Язык героев тоже играет немаловажную роль – это выражено не так ярко, но всё же по репликам мы можем определить, кто из них говорит. Речь героев стилизована умеренно, с просторечиями Мрожек не перебарщивает, но и речевую характеристику даёт вполне чёткую. С помощью фраз создаётся даже некоторая закольцованность – в начале ХХ говорит «я воротился», АА ему отвечает - «правильно говорить – вернулся», а потом, в финале, когда ХХ кричит «Ворочусь! Ворочусь! Ворочусь!», а АА отвечает – «Не вернёшься!» – они оперируют всё теми же словами. В близко стоящих фразах часто содержатся противоречащие друг другу тезисы – мне кажется, это тоже хорошо работает для акцентировки противопоставленности героев. 

В ремарках Мрожек даёт подробные указания для режиссёра: прописывает сценические действия, паузы, перемещения на сцене. Он уже видит, как это должно быть поставлено. Однако если к автору как к сценаристу у меня никаких вопросов нет, то некоторые «немые» сцены кажутся написанными несколько сумбурно и не очень оправданно, например, эпизод, где ХХ слышит пение и затыкает уши – это действие очень резкое и немотивированное. 

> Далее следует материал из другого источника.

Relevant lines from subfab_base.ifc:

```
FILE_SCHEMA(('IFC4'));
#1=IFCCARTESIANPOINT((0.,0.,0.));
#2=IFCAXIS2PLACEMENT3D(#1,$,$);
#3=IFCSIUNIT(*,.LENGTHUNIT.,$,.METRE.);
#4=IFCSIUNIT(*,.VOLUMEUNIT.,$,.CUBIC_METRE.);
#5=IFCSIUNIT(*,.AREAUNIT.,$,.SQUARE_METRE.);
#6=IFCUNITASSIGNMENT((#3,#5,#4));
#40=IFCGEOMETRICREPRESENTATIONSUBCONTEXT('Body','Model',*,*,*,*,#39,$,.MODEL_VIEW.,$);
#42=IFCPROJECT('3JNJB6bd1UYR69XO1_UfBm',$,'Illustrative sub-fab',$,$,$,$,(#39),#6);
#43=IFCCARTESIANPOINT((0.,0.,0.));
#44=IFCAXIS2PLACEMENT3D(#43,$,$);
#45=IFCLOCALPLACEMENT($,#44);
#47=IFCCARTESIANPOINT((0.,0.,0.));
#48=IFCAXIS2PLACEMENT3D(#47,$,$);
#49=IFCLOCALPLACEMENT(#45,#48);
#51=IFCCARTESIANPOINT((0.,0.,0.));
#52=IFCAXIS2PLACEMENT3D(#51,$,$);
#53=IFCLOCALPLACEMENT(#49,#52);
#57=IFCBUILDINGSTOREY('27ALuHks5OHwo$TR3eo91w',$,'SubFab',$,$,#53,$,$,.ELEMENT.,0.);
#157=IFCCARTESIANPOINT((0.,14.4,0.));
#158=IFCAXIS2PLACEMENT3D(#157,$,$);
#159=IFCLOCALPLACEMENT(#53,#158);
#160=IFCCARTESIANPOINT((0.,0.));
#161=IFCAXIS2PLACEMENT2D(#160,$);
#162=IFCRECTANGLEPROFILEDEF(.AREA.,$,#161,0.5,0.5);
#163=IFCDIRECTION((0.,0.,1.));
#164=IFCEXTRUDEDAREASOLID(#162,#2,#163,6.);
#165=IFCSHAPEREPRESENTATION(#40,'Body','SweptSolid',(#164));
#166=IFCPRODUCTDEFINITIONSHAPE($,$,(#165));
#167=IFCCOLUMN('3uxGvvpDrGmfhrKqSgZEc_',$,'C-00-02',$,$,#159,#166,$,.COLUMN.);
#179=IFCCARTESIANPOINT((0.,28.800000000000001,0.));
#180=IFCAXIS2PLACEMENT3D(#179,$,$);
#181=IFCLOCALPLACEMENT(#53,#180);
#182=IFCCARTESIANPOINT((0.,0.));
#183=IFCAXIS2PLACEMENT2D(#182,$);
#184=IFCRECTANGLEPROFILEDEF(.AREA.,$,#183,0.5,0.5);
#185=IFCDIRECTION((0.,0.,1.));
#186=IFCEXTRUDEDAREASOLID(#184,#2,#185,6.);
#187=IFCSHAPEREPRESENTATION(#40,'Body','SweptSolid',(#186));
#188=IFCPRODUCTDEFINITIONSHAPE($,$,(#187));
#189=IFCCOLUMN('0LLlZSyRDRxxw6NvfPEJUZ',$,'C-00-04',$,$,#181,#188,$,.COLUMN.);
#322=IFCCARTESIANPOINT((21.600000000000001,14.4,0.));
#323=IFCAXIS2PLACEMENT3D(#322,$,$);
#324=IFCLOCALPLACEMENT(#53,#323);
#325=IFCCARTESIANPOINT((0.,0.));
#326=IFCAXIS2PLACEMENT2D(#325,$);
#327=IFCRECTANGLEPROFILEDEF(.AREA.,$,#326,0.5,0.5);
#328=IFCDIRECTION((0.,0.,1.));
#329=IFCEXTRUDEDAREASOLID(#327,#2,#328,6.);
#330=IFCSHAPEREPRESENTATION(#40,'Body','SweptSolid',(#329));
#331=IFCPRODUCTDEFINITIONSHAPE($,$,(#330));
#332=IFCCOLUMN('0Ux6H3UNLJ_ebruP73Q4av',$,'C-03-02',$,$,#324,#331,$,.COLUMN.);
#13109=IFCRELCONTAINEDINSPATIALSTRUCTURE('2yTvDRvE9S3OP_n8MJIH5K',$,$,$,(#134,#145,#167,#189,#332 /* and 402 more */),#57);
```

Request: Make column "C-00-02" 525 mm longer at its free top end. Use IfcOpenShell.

```python
import ifcopenshell
import ifcopenshell.util.representation
import ifcopenshell.util.unit

model = ifcopenshell.open("subfab_base.ifc")
unit_scale = ifcopenshell.util.unit.calculate_unit_scale(model)

member = model.by_id(167)
change = 0.525 / unit_scale

# The extrusion runs towards the end named, so only its depth changes.
body = ifcopenshell.util.representation.get_representation(member, "Model", "Body")
solid = body.Items[0]
old_length = solid.Depth
solid.Depth += change

print(f"length {old_length:g} -> {solid.Depth:g}")

model.write("subfab_base_updated.ifc")
```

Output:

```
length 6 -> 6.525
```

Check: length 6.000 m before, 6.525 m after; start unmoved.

Итак, темы в пьесе Мрожека «Эмигранты» подняты, безусловно, важные и актуальные, а может быть, и вечные, обыграны они интересно и достаточно лаконично. Не думаю, что необходимо вникать в контекст политической ситуации Польши XX века, чтобы понять содержание пьесы, и это очень большой плюс. Это произведение актуально до сих пор, и сейчас среди своих знакомых мы сможем отыскать и АА, и ХХ.